BEGIN Records for processing

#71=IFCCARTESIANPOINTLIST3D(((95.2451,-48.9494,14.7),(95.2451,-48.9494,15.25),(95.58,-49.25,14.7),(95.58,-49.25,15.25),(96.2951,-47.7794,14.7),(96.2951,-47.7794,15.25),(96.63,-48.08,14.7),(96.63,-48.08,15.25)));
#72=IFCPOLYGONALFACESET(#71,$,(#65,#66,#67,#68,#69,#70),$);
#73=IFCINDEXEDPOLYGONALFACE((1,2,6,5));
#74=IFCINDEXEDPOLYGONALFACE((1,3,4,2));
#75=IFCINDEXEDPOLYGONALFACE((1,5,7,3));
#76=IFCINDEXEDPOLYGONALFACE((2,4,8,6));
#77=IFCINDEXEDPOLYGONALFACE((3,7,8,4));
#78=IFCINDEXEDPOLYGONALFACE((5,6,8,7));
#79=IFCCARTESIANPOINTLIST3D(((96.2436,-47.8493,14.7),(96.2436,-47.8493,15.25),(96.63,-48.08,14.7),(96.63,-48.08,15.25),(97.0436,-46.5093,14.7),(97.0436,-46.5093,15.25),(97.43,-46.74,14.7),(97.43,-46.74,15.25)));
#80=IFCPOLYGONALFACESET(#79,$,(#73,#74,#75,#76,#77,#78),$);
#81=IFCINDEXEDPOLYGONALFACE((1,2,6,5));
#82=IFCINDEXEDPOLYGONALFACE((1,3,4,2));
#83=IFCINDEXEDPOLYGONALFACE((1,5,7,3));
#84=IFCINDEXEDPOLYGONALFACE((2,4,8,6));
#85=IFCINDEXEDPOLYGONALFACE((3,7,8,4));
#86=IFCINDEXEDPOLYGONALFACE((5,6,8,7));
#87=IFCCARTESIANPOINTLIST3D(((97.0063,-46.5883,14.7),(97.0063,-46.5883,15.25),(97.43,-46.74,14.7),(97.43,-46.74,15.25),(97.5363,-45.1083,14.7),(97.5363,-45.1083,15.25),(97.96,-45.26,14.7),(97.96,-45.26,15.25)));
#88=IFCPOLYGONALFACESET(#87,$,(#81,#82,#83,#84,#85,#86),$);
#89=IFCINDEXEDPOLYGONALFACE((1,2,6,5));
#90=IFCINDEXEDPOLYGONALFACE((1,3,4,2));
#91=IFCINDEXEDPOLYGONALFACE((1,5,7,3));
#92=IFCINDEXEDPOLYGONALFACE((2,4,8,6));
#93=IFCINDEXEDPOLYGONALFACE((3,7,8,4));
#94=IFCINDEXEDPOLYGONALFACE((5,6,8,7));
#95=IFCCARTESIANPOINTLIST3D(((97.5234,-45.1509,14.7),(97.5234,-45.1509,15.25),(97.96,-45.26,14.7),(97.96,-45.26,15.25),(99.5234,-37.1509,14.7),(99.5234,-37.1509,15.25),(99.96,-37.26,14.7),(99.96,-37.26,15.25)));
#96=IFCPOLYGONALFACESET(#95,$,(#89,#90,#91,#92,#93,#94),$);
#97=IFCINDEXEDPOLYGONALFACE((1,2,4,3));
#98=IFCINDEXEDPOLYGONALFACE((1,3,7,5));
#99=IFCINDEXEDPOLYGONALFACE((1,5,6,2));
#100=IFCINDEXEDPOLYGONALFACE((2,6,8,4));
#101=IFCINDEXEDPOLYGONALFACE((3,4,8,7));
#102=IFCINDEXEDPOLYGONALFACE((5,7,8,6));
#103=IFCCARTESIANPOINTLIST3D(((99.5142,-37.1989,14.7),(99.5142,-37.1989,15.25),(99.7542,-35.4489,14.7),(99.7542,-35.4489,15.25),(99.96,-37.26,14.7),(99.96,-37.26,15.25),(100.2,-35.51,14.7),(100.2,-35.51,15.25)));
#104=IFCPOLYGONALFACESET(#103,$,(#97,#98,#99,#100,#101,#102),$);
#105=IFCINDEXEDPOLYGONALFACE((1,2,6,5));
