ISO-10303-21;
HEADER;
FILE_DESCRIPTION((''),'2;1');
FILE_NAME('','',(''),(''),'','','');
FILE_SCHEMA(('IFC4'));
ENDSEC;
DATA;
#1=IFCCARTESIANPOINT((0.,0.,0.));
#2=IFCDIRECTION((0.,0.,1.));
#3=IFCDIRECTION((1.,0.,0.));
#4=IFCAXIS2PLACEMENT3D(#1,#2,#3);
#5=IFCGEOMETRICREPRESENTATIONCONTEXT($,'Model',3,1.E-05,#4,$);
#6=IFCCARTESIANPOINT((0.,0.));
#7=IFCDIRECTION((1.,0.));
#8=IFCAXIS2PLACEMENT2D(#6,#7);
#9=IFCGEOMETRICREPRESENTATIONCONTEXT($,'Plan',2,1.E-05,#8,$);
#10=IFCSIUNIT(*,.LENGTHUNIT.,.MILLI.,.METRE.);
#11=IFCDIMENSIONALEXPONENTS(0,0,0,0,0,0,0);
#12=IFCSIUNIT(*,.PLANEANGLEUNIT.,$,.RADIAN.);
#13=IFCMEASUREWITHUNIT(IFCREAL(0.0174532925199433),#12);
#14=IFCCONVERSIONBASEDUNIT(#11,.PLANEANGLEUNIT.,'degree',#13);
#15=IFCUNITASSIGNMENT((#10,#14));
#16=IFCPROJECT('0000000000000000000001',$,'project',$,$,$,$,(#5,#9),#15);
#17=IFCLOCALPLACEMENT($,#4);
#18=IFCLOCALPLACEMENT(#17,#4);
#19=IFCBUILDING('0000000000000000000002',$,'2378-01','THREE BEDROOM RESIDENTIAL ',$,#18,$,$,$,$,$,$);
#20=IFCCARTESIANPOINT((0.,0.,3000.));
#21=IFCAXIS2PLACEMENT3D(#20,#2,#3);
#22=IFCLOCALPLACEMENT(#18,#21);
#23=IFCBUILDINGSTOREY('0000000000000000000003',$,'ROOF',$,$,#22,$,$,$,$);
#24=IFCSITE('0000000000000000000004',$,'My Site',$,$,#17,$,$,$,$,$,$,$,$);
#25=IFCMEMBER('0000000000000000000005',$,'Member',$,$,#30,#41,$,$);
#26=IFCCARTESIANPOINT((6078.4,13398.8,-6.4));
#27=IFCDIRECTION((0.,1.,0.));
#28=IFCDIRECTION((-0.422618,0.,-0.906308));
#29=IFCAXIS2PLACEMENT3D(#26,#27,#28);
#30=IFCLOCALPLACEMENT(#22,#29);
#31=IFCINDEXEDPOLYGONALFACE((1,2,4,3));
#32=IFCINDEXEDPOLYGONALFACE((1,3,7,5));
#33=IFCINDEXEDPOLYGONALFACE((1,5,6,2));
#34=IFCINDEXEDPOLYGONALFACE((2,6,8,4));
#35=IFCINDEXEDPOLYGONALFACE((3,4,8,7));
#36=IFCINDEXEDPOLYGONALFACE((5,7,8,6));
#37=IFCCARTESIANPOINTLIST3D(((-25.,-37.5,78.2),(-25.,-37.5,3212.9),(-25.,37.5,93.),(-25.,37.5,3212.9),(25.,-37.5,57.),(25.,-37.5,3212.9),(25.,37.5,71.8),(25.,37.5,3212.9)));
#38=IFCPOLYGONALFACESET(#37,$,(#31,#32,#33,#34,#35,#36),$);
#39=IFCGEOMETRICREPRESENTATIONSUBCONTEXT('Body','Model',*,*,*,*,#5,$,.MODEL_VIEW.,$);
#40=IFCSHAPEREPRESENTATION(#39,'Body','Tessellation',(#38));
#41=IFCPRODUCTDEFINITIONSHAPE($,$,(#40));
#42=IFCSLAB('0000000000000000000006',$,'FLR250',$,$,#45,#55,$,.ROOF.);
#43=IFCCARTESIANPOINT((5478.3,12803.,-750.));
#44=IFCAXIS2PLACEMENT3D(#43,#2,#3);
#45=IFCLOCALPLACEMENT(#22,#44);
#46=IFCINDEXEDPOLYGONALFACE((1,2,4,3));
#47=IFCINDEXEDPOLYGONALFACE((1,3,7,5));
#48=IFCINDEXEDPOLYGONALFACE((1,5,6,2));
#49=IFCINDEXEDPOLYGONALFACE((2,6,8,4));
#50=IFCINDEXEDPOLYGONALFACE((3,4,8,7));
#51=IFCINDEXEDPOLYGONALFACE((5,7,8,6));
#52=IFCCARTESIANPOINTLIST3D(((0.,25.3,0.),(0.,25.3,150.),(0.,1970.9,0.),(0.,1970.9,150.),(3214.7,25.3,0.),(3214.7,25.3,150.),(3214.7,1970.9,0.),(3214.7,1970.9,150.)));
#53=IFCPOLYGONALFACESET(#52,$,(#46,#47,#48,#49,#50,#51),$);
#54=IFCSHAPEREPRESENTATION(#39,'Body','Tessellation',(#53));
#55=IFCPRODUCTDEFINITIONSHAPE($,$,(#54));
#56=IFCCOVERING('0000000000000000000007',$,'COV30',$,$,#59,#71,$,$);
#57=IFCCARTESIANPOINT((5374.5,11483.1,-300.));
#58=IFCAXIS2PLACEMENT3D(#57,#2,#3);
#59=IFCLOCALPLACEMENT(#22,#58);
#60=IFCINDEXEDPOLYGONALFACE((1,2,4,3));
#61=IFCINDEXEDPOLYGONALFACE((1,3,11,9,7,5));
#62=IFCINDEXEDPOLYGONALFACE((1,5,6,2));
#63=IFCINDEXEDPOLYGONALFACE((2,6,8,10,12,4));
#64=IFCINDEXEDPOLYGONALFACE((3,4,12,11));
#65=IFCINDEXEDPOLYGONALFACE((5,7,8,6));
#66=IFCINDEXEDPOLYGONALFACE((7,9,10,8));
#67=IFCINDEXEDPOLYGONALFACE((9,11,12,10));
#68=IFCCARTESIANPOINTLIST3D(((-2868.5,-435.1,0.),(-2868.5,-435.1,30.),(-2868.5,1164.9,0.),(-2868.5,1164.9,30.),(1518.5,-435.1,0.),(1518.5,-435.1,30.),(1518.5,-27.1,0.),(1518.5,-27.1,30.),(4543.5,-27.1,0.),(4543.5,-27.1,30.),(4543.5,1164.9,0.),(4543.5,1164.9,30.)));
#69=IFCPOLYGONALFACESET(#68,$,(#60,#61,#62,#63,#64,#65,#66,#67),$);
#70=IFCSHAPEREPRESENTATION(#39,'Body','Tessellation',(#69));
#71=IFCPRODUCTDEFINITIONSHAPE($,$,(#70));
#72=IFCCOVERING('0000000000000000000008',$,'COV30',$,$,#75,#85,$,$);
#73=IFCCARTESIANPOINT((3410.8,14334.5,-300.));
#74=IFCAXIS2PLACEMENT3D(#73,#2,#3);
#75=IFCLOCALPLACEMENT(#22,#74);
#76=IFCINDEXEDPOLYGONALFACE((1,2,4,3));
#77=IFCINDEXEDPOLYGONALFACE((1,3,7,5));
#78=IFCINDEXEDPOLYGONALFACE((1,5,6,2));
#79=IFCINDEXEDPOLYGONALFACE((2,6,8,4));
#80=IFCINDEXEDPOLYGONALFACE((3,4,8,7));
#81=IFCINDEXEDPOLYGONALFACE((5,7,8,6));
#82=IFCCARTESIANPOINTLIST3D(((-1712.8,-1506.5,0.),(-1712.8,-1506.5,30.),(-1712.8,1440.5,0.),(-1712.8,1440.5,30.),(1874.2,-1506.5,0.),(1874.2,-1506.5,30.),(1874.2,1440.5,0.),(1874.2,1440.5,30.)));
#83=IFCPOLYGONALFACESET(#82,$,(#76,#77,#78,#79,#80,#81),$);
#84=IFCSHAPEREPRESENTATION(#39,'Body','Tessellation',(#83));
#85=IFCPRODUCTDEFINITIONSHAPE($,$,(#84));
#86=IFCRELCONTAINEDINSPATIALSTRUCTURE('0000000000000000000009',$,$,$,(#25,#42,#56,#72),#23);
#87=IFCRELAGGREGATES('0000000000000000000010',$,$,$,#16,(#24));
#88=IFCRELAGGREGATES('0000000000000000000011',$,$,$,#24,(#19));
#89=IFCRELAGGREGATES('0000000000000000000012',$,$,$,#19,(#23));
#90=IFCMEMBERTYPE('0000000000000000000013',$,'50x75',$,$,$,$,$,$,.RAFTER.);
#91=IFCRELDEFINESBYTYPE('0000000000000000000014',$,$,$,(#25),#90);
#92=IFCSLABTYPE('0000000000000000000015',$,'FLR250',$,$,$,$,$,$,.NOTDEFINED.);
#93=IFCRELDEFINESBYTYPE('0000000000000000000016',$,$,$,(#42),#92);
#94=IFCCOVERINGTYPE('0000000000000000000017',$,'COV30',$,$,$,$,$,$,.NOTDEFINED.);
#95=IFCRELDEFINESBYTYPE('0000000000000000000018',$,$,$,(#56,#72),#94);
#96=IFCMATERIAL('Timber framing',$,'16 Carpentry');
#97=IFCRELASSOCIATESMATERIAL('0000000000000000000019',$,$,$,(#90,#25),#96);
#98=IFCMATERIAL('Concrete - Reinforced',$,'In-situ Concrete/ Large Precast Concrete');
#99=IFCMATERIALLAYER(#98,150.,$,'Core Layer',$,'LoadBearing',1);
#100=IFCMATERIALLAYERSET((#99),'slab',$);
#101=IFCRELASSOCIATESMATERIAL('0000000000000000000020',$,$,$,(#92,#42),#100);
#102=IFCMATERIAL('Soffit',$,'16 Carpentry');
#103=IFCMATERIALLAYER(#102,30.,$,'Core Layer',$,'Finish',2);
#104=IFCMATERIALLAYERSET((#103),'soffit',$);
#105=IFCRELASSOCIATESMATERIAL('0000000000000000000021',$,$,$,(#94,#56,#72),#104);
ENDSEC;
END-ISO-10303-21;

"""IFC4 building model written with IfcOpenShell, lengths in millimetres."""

from ifc_helpers import new_model, entity, si_unit, converted_unit, frame, origin_with_axes, origin_2d_with_axis, place, context, subcontext, project, spatial, line, indexed_curve, rectangle, outline, extrude, clip, halfspace, material, layer, layer_set, layer_usage, material_profile, profile_set, profile_usage, type_object, element, save


model = new_model("IFC4")

# Units and contexts
model_context = context("Model", 3, precision=1e-05, world=origin_with_axes())
plan_context = context("Plan", 2, precision=1e-05, world=origin_2d_with_axis())
body_context = subcontext(model_context, "Body", "Model", "MODEL_VIEW")
ifc_project = project(units=[si_unit("LENGTHUNIT", "METRE", prefix="MILLI"), converted_unit("PLANEANGLEUNIT", "degree", entity("IfcReal", 0.0174532925199433), si_unit("PLANEANGLEUNIT", "RADIAN"), dimensions=[0, 0, 0, 0, 0, 0, 0])], contexts=[model_context, plan_context])

# Site, building, storey
site_placement = place(None, origin_with_axes())
site = spatial("IfcSite", under=ifc_project, at=site_placement, Name="My Site")
building_placement = place(site_placement, origin_with_axes())
building = spatial("IfcBuilding", under=site, at=building_placement, Name="2378-01", Description="THREE BEDROOM RESIDENTIAL ")
storey_placement = place(building_placement, frame((0.0, 0.0, 3000.0), z_axis=(0.0, 0.0, 1.0), x_axis=(1.0, 0.0, 0.0)))
storey = spatial("IfcBuildingStorey", under=building, at=storey_placement, Name="ROOF")

# Member
ifc_material_1 = material(Name="Concrete - Reinforced", Category="In-situ Concrete/ Large Precast Concrete")
ifc_material_2 = material(Name="Timber framing", Category="16 Carpentry")
ifc_material_profile_1 = material_profile(ifc_material_2, rectangle(XDim=50.0, YDim=75.0), Name="Lumber2", Category="Substrate", Priority=2)
ifc_profile_set_1 = profile_set([ifc_material_profile_1])
member_type_1 = type_object("IfcMemberType", Name="50x75", PredefinedType="RAFTER", material=ifc_profile_set_1)
ifc_profile_usage_1 = profile_usage(ifc_profile_set_1, cardinal=5)
member_1_placement = place(storey_placement, frame((6078.4, 13398.8, -6.4), z_axis=(0.0, 1.0, 0.0), x_axis=(-0.422618, 0.0, -0.906308)))
element("IfcMember", 1, at=member_1_placement, inside=storey, type_object=member_type_1, material=ifc_profile_usage_1, Name="Member", context=body_context, shape_type="Clipping", body=[
    clip(extrude(rectangle(XDim=50.0, YDim=75.0), origin_with_axes(), (0.0, 0.0, 1.0), 3212.9), halfspace(frame((-801.0, -1756.5, 67.4), z_axis=(-0.383022, 0.178606, -0.906308), x_axis=(0.422618, 0.906308, 0.0)), False)),
])

# Slab
ifc_layer_1 = layer(ifc_material_1, 150.0, Name="Core Layer", Category="LoadBearing", Priority=1)
ifc_layer_set_1 = layer_set([ifc_layer_1], Name="slab")
ifc_layer_usage_1 = layer_usage(ifc_layer_set_1, "AXIS3", "POSITIVE", 0.0)
slab_type = type_object("IfcSlabType", Name="FLR250", PredefinedType="NOTDEFINED", material=ifc_layer_set_1)
slab_placement = place(storey_placement, frame((5478.3, 12803.0, -750.0), z_axis=(0.0, 0.0, 1.0), x_axis=(1.0, 0.0, 0.0)))
element("IfcSlab", 2, at=slab_placement, inside=storey, type_object=slab_type, material=ifc_layer_usage_1, Name="FLR250", PredefinedType="ROOF", context=body_context, shape_type="SweptSolid", body=[
    extrude(outline(indexed_curve([(0.0, 1970.9), (0.0, 25.3), (3214.7, 25.3), (3214.7, 1970.9)], segments=[line(3, 2), line(2, 1), line(1, 4), line(4, 3)], self_intersect=False)), None, (0.0, 0.0, 1.0), 150.0),
])

# Coverings
ifc_material_3 = material(Name="Soffit", Category="16 Carpentry")
ifc_layer_2 = layer(ifc_material_3, 30.0, Name="Core Layer", Category="Finish", Priority=2)
ifc_layer_set_2 = layer_set([ifc_layer_2], Name="soffit")
ifc_layer_usage_2 = layer_usage(ifc_layer_set_2, "AXIS3", "POSITIVE", 0.0)
covering_type_1 = type_object("IfcCoveringType", Name="COV30", PredefinedType="NOTDEFINED", material=ifc_layer_set_2)
covering_1_placement = place(storey_placement, frame((5374.5, 11483.1, -300.0), z_axis=(0.0, 0.0, 1.0), x_axis=(1.0, 0.0, 0.0)))
element("IfcCovering", 3, at=covering_1_placement, inside=storey, type_object=covering_type_1, material=ifc_layer_usage_2, Name="COV30", context=body_context, shape_type="SweptSolid", body=[
    extrude(outline(indexed_curve([(1518.5, -435.1), (-2868.5, -435.1), (-2868.5, 1164.9), (4543.5, 1164.9), (4543.5, -27.1), (1518.5, -27.1), (1518.5, -435.1)], segments=[line(1, 2, 3, 4, 5, 6, 7, 1)])), None, (0.0, 0.0, 1.0), 30.0),
])
ifc_layer_usage_3 = layer_usage(ifc_layer_set_2, "AXIS3", "POSITIVE", 0.0)
covering_2_placement = place(storey_placement, frame((3410.8, 14334.5, -300.0), z_axis=(0.0, 0.0, 1.0), x_axis=(1.0, 0.0, 0.0)))
element("IfcCovering", 4, at=covering_2_placement, inside=storey, type_object=covering_type_1, material=ifc_layer_usage_3, Name="COV30", context=body_context, shape_type="SweptSolid", body=[
    extrude(outline(indexed_curve([(-1712.8, 1440.5), (1874.2, 1440.5), (1874.2, -1506.5), (-1712.8, -1506.5), (-1712.8, 1440.5)], segments=[line(1, 2, 3, 4, 5, 1)])), None, (0.0, 0.0, 1.0), 30.0),
])

save(model, "model.ifc")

END Records for processing

| Task |
Only the number is needed: count the lines of the material that include "IFCSHAPEREPRESENTATION".

| Task answer |
4